農村有句俗話叫做:前不栽桑後不種柳。
說的是農村的宅院前不會刻意的去栽種桑樹,因爲在漢語讀音裏,桑等同於‘喪’,宅前栽桑樹,兇事會在前。
後院不種柳樹,在很多農村甚至是小縣城裏,家中老人去世後後代們送殯時,會用柳樹木棍纏着白紙製成哭喪棍爲故去的老人們送行。所以,活在世上的人都有點忌諱柳樹,柳樹種在宅院裏總會讓人感覺不舒服。
鬼宅裏的這顆柳樹少說也有百年以上的樹齡,遮天蔽日着將整座二層老宅徹底遮擋在了樹蔭下,樹根延伸到一定程度後再無生長餘地,索性破土而出,沿着宅子牆壁張牙舞爪的瘋漲。
整個‘鬼宅’完全被柳樹像包糉子一樣給包裹了,住在這麼大一顆柳樹的樹蔭裏,想不招鬼都難。
這宅在的上一任主人應該是得罪了什麼人,房子的禁忌全都被打破,大門高於屋頂且正對着街道,門前栽了一顆桑樹截了青龍氣,地氣全都用來養‘喪’。

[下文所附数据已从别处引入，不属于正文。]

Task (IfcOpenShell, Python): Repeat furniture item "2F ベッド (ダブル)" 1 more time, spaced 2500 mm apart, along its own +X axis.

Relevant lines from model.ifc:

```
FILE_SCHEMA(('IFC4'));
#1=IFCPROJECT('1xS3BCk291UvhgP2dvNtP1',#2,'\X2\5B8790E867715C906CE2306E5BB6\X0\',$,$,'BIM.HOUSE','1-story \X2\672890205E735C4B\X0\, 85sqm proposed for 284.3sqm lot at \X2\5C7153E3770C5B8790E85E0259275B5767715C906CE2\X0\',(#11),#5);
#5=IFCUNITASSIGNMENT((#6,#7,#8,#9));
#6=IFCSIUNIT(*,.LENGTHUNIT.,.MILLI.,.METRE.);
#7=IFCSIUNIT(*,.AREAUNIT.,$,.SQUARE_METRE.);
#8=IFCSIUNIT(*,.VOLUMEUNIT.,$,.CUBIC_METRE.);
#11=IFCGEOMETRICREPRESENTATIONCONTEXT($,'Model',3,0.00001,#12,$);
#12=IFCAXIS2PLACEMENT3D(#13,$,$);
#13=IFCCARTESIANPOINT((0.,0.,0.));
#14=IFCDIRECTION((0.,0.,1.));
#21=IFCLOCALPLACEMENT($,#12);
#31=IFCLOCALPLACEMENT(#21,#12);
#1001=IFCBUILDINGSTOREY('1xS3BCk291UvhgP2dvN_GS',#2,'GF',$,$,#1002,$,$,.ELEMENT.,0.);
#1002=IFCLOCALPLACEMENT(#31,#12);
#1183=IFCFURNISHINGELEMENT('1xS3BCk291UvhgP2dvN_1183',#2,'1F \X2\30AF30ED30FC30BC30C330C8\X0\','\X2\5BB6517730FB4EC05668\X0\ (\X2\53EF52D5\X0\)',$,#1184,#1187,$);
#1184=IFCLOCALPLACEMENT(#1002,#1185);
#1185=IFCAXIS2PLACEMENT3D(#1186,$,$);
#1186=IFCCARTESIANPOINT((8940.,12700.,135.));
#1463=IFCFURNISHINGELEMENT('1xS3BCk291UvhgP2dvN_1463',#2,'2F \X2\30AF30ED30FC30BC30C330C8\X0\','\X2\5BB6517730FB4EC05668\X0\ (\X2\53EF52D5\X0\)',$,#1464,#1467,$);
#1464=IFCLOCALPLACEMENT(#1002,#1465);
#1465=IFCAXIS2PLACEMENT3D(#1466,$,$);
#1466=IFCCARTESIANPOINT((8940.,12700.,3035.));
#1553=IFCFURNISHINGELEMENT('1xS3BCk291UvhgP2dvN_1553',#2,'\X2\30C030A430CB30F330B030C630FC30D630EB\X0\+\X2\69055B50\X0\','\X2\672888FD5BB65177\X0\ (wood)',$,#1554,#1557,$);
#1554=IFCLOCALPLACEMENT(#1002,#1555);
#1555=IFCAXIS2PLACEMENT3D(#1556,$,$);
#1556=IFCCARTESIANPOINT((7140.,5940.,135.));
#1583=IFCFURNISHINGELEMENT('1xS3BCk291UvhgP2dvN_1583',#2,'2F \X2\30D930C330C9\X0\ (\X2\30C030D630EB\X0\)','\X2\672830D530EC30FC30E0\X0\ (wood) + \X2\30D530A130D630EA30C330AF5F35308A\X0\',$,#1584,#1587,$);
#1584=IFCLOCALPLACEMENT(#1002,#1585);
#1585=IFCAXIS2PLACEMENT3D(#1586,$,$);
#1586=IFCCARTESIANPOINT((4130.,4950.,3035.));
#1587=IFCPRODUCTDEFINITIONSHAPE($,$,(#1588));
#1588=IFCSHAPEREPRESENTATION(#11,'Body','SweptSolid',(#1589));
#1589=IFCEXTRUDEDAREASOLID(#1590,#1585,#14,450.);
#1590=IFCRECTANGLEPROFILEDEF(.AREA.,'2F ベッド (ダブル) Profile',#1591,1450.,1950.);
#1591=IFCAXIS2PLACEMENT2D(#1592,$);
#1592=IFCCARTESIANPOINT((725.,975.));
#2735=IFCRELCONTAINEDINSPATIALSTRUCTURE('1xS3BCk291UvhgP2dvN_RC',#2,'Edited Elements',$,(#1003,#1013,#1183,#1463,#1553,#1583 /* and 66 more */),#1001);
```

```python
import ifcopenshell
import ifcopenshell.api.geometry
import ifcopenshell.api.root
import ifcopenshell.util.element
import ifcopenshell.util.placement

model = ifcopenshell.open("model.ifc")


def reuse_history(source, copy):
    """copy_class also copies each property set's owner history, people and application; keep the originals."""
    for rel in copy.IsDefinedBy:
        if rel.is_a("IfcRelDefinesByProperties") and (history := rel.RelatingPropertyDefinition.OwnerHistory):
            rel.RelatingPropertyDefinition.OwnerHistory = source.OwnerHistory
            ifcopenshell.util.element.remove_deep2(model, history)


source = model.by_guid("1xS3BCk291UvhgP2dvN_1583")
base = ifcopenshell.util.placement.get_local_placement(source.ObjectPlacement)
step = base[:3, 0] * 2500.0

for i in range(1, 2):
    copy = ifcopenshell.api.root.copy_class(model, product=source)
    copy.Representation = ifcopenshell.util.element.copy_deep(
        model, source.Representation, exclude=["IfcGeometricRepresentationContext", "IfcRepresentationMap"]
    )
    reuse_history(source, copy)
    matrix = base.copy()
    matrix[:3, 3] += i * step
    print("added at", matrix[:3, 3].round(3) + 0.0)
    ifcopenshell.api.geometry.edit_object_placement(model, product=copy, matrix=matrix, is_si=False)

model.write("model_edited.ifc")
```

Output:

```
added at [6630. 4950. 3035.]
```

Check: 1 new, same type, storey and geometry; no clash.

院中柳、門前喪,家裏有人過世後連魂都無法引走,怪不得會被屠門。
不過一想到劉霸王生前的所作所爲,被人下了套也就不足爲怪了。
‘鬼宅’的大門依舊被木條鐵鏈封閉,幾年的光景鐵鏈早已變得鏽跡斑斑,但絲毫沒有被人動過的痕跡。
吳煌將信將疑道:“你確定你那位老鄉在裏面?”
許宗揚心裏疑惑,馬有爲是個兩百多斤的大胖子,就算身體再靈巧也不可能翻越這將近三四米高的圍牆,轉念再一想,有小野幫忙似乎也沒有什麼不可能的事。
許宗揚已經對馬有爲的死活不抱有任何奢望,只希望可以將紅粉骷髏伏法,也算是間接替馬有爲報了仇。聞言沒有絲毫猶豫道:“進去看看再說。”
開鎖撬木板不過分分鐘的事情,遠遠看見那幾個老頭子正在朝這邊張望,許宗揚忽然好奇吳煌之前到底對他們說了些什麼,導致對方突然間改了主意。
吳煌笑道
:“我說你是個道士。”
“道士?”許宗揚自嘲一笑,這年頭哪還有真正的道士,大都是藉着道士的名頭騙喫騙喝的。真正的道士在和平年代裏大都隱居深山修身養性,只有亂世之中纔會下山濟世救人。
不過在這種明顯與時代脫節的小山村裏,道士的名頭還是很好用的。
塵封了多年的大門再次被打開,一股陰冷的氣息瞬間撲面而來,張果老大驚道:“好重的煞氣!”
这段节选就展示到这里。